OCF of $2.9B covers $1.3B net income by 2.28x — solid coverage reflecting significant depreciation on drilling equipment, wireline tools, and oilfield service assets. The capital-intensive nature of OFS operations generates substantial non-cash charges that widen the OCF/NI gap. Cash earnings quality is confirmed.

FCF/Net Income
1.30x

FCF of $1.7B exceeds $1.3B net income at 1.30x — strong free cash conversion for an OFS company. Capex of $1.3B (5.6% of revenue) reflects disciplined capital spending relative to the post-2020 OFS cost discipline framework. This FCF supports shareholder returns and debt reduction.

ROE
12.3%

ROE of 12.3% on $10.5B equity is adequate but below the cost of capital premium expected from a cyclical OFS company. The 58.2% debt ratio provides moderate leverage. At cycle-peak activity levels, Halliburton can generate 25%+ ROE, but the moderated drilling cycle constrains returns. The ROE reflects the OFS industry's inherent cyclicality.

Goodwill/Assets
11.7%

Goodwill of $2.9B against $25.0B total assets at 11.7% is moderate, reflecting historical acquisitions in the completions and production enhancement businesses. The goodwill has been stable and represents established market positions. The moderate level minimizes impairment risk.

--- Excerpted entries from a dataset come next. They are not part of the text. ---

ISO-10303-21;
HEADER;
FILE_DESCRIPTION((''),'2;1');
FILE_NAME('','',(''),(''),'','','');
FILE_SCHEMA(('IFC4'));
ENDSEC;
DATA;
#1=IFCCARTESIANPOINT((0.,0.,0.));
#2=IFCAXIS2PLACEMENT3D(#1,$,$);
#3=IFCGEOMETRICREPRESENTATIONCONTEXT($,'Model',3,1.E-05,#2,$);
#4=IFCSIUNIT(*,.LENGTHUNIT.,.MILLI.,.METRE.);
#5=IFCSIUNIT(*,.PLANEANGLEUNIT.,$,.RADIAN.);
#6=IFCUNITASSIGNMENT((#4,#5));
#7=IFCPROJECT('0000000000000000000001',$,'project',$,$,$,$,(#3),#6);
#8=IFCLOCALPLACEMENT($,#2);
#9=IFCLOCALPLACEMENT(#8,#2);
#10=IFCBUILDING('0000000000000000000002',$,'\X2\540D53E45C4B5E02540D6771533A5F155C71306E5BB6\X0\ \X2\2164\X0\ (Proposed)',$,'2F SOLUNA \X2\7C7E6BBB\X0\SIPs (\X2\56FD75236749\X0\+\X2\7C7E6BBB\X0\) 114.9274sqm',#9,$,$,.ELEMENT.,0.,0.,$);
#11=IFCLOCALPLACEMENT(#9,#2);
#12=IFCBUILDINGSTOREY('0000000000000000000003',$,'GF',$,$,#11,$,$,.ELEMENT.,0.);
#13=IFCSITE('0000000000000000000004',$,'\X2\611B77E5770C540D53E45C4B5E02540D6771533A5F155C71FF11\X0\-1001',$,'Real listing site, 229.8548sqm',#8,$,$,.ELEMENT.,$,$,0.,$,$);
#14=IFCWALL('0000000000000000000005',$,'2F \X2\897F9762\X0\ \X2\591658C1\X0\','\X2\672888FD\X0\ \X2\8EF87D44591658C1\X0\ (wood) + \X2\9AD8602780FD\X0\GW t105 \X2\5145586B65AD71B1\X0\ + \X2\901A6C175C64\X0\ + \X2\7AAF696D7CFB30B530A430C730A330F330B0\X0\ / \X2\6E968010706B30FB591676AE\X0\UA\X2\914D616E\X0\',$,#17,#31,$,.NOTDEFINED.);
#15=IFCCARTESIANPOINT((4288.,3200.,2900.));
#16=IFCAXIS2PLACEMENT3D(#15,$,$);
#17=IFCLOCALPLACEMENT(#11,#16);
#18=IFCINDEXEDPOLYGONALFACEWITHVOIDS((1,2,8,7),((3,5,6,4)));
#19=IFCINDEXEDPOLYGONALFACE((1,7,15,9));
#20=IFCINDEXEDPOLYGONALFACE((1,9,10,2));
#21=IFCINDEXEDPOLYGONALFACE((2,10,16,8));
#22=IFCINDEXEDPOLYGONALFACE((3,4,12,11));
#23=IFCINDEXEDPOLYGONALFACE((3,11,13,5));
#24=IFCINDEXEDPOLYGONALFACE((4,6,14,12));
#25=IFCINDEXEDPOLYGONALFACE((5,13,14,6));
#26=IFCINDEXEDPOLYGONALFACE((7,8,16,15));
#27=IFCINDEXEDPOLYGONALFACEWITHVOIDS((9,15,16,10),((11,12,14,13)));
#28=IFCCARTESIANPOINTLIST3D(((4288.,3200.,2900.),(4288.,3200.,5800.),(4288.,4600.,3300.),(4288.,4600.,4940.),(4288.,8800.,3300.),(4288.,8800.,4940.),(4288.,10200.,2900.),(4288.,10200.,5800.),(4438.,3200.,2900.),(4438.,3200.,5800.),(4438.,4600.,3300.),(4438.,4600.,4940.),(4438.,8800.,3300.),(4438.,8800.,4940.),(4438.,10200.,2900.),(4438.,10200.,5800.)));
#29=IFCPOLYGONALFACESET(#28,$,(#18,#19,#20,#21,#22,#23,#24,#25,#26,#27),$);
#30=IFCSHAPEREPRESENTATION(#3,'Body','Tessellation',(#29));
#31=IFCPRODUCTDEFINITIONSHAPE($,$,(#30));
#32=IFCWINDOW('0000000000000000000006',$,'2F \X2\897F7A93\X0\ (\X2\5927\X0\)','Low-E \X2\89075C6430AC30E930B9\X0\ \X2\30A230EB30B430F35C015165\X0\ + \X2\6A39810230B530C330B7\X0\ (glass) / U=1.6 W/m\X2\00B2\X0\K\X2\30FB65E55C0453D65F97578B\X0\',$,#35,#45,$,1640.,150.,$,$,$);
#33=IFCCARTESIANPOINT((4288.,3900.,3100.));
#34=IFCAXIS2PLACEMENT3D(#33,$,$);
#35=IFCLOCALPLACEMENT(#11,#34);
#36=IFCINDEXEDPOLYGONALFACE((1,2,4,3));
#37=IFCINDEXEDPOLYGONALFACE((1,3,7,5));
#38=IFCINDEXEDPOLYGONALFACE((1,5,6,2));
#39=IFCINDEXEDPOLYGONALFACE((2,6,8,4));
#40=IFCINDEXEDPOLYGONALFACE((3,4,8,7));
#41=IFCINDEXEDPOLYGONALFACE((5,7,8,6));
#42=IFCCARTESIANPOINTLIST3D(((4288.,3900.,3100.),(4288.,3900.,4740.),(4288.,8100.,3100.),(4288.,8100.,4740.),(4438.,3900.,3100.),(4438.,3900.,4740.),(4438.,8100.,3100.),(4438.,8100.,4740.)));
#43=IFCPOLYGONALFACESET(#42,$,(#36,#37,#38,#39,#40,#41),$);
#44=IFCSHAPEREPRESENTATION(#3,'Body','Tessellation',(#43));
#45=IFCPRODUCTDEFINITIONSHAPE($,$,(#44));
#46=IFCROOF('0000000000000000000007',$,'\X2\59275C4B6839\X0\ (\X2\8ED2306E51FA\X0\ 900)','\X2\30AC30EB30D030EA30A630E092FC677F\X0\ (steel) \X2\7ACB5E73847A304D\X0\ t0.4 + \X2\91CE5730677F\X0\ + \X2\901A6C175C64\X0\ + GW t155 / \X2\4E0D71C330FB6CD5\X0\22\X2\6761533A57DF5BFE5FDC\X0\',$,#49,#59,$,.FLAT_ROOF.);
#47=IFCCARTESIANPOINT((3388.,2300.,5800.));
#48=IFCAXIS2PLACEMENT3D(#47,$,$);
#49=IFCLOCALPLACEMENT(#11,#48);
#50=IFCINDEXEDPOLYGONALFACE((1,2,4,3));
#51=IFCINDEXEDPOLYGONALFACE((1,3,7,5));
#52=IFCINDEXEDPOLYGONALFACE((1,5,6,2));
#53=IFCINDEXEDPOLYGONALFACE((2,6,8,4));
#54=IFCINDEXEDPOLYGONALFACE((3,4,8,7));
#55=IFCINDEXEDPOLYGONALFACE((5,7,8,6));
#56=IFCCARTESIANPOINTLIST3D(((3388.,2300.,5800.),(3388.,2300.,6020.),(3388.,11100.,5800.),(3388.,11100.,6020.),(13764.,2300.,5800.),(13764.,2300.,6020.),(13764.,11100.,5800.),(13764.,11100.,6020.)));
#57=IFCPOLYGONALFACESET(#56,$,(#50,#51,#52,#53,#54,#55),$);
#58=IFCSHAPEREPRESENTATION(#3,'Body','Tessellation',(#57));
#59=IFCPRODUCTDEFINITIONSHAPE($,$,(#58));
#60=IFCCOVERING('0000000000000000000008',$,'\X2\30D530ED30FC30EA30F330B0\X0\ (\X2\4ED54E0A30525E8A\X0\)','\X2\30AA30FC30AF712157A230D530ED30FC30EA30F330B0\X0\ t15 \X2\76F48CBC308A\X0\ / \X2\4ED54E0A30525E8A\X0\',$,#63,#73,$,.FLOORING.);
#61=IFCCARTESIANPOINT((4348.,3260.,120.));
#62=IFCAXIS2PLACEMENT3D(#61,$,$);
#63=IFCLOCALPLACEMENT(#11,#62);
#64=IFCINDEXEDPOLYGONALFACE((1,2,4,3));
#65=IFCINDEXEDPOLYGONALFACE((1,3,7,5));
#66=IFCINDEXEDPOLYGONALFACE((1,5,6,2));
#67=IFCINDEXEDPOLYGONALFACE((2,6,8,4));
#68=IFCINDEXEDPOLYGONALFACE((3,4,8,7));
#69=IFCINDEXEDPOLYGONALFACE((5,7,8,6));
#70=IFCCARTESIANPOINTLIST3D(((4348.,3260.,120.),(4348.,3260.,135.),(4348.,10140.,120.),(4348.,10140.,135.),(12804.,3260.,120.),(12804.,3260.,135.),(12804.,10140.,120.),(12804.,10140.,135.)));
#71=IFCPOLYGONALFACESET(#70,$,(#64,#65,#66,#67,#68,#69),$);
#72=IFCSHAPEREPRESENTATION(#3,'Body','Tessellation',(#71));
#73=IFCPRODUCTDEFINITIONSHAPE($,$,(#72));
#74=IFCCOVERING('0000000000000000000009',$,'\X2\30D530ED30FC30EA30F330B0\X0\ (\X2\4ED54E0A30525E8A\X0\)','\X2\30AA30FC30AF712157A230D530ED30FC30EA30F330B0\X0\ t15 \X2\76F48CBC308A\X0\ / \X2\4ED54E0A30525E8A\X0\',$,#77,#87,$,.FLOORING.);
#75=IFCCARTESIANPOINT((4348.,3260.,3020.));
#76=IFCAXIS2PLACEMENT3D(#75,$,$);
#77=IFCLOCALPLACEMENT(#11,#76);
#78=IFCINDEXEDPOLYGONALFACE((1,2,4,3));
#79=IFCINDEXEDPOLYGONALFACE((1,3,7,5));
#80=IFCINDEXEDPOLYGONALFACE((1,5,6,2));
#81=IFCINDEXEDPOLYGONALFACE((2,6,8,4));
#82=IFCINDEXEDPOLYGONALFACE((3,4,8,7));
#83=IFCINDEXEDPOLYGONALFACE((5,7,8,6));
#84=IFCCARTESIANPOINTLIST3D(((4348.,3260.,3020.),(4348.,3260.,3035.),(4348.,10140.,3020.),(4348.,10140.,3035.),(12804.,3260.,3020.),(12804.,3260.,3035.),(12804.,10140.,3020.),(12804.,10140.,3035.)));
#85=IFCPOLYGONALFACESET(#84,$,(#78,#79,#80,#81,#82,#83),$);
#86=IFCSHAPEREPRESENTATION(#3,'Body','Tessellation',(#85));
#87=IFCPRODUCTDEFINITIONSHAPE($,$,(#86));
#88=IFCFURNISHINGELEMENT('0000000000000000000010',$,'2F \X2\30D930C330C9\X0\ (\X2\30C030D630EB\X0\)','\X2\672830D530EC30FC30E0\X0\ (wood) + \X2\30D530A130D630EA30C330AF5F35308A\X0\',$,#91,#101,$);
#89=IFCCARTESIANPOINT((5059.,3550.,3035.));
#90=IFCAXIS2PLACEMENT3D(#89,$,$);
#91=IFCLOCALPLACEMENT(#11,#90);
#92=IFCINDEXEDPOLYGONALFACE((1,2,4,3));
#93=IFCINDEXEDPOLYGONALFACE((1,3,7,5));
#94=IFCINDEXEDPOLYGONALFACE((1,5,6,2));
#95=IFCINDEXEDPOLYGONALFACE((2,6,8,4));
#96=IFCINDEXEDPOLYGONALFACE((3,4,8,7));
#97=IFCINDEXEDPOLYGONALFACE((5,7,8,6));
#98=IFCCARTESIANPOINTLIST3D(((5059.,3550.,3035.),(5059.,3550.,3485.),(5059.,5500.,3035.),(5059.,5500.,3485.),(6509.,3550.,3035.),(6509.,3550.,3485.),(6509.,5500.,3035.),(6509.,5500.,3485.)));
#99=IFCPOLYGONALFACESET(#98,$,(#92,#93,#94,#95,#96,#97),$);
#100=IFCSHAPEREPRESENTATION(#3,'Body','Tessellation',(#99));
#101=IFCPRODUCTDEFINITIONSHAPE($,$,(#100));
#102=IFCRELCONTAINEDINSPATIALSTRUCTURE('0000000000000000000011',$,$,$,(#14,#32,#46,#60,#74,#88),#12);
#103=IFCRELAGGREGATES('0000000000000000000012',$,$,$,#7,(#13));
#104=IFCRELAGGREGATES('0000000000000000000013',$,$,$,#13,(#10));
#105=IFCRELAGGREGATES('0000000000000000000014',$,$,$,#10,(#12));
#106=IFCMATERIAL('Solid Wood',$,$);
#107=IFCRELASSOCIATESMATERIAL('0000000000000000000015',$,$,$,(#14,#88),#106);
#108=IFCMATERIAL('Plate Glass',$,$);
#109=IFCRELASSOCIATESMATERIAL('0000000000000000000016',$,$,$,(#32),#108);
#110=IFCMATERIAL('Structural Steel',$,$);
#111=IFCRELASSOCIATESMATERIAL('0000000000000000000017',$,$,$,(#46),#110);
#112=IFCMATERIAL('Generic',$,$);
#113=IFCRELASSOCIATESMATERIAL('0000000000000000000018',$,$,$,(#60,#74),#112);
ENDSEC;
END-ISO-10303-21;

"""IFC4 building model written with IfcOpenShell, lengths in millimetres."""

from ifc_helpers import new_model, si_unit, frame, frame_2d, origin, place, context, project, spatial, rectangle, extrude, material, element, fill, save


model = new_model("IFC4")

# Units and contexts
model_context = context("Model", 3, precision=1e-05, world=origin())
ifc_project = project(units=[si_unit("LENGTHUNIT", "METRE", prefix="MILLI"), si_unit("PLANEANGLEUNIT", "RADIAN")], contexts=[model_context])

# Site, building, storey
site_placement = place(None, origin())
site = spatial("IfcSite", under=ifc_project, at=site_placement, Name="愛知県名古屋市名東区引山１-1001", ObjectType="Real listing site, 229.8548sqm", CompositionType="ELEMENT", RefElevation=0.0)
building_placement = place(site_placement, origin())
building = spatial("IfcBuilding", under=site, at=building_placement, Name="名古屋市名東区引山の家 Ⅴ (Proposed)", ObjectType="2F SOLUNA 籾殻SIPs (国産杉+籾殻) 114.9274sqm", CompositionType="ELEMENT", ElevationOfRefHeight=0.0, ElevationOfTerrain=0.0)
storey_placement = place(building_placement, origin())
storey = spatial("IfcBuildingStorey", under=building, at=storey_placement, Name="GF", CompositionType="ELEMENT", Elevation=0.0)

# Shared definitions
ifc_material_1 = material(Name="Solid Wood")

# Shared definitions
ifc_material_2 = material(Name="Plate Glass")

# Wall, opening, window
wall_1_placement = place(storey_placement, frame((4288.0, 3200.0, 2900.0)))
wall_1 = element("IfcWall", 1, at=wall_1_placement, inside=storey, material=ifc_material_1, Name="2F 西面 外壁", Description="木製 軸組外壁 (wood) + 高性能GW t105 充填断熱 + 通気層 + 窯業系サイディング / 準耐火・外皮UA配慮", PredefinedType="NOTDEFINED", context=model_context, shape_type="SweptSolid", body=[
    extrude(rectangle(XDim=150.0, YDim=7000.0, at=frame_2d((75.0, 3500.0))), frame((4288.0, 3200.0, 2900.0)), (0.0, 0.0, 1.0), 2900.0),
])
opening_1_placement = place(storey_placement, frame((4288.0, 3900.0, 3100.0)))
opening_1 = element("IfcOpeningElement", 2, at=opening_1_placement, cuts=wall_1, PredefinedType="NOTDEFINED", context=model_context, shape_type="SweptSolid", body=[
    extrude(rectangle(XDim=150.0, YDim=4200.0, at=frame_2d((75.0, 2100.0))), frame((4288.0, 3900.0, 3100.0)), (0.0, 0.0, 1.0), 1640.0),
])
window_1_placement = place(storey_placement, frame((4288.0, 3900.0, 3100.0)))
window_1 = element("IfcWindow", 3, at=window_1_placement, inside=storey, material=ifc_material_2, Name="2F 西窓 (大)", Description="Low-E 複層ガラス アルゴン封入 + 樹脂サッシ (glass) / U=1.6 W/m²K・日射取得型", OverallHeight=1640.0, OverallWidth=150.0, context=model_context, shape_type="SweptSolid", body=[
    extrude(rectangle(XDim=150.0, YDim=4200.0, at=frame_2d((75.0, 2100.0))), frame((4288.0, 3900.0, 3100.0)), (0.0, 0.0, 1.0), 1640.0),
])
fill(opening_1, window_1)

# Roof
ifc_material_3 = material(Name="Structural Steel")
roof_placement = place(storey_placement, frame((3388.0, 2300.0, 5800.0)))
element("IfcRoof", 4, at=roof_placement, inside=storey, material=ifc_material_3, Name="大屋根 (軒の出 900)", Description="ガルバリウム鋼板 (steel) 立平葺き t0.4 + 野地板 + 通気層 + GW t155 / 不燃・法22条区域対応", PredefinedType="FLAT_ROOF", context=model_context, shape_type="SweptSolid", body=[
    extrude(rectangle(XDim=10376.0, YDim=8800.0, at=frame_2d((5188.0, 4400.0))), frame((3388.0, 2300.0, 5800.0)), (0.0, 0.0, 1.0), 220.0),
])

# Coverings
ifc_material_4 = material(Name="Generic")
covering_1_placement = place(storey_placement, frame((4348.0, 3260.0, 120.0)))
element("IfcCovering", 5, at=covering_1_placement, inside=storey, material=ifc_material_4, Name="フローリング (仕上げ床)", Description="オーク無垢フローリング t15 直貼り / 仕上げ床", PredefinedType="FLOORING", context=model_context, shape_type="SweptSolid", body=[
    extrude(rectangle(XDim=8456.0, YDim=6880.0, at=frame_2d((4228.0, 3440.0))), frame((4348.0, 3260.0, 120.0)), (0.0, 0.0, 1.0), 15.0),
])
covering_2_placement = place(storey_placement, frame((4348.0, 3260.0, 3020.0)))
element("IfcCovering", 6, at=covering_2_placement, inside=storey, material=ifc_material_4, Name="フローリング (仕上げ床)", Description="オーク無垢フローリング t15 直貼り / 仕上げ床", PredefinedType="FLOORING", context=model_context, shape_type="SweptSolid", body=[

Halliburton's earnings quality scores 68/100. OCF/NI of 2.28x and FCF/NI of 1.30x confirm cash-backed earnings with strong free cash conversion. ROE of 12.3% is adequate but cyclically compressed. Goodwill at 11.7% is moderate. The earnings profile reflects a well-managed OFS company in a moderated drilling cycle — cash generation is solid but return on capital is below peak levels.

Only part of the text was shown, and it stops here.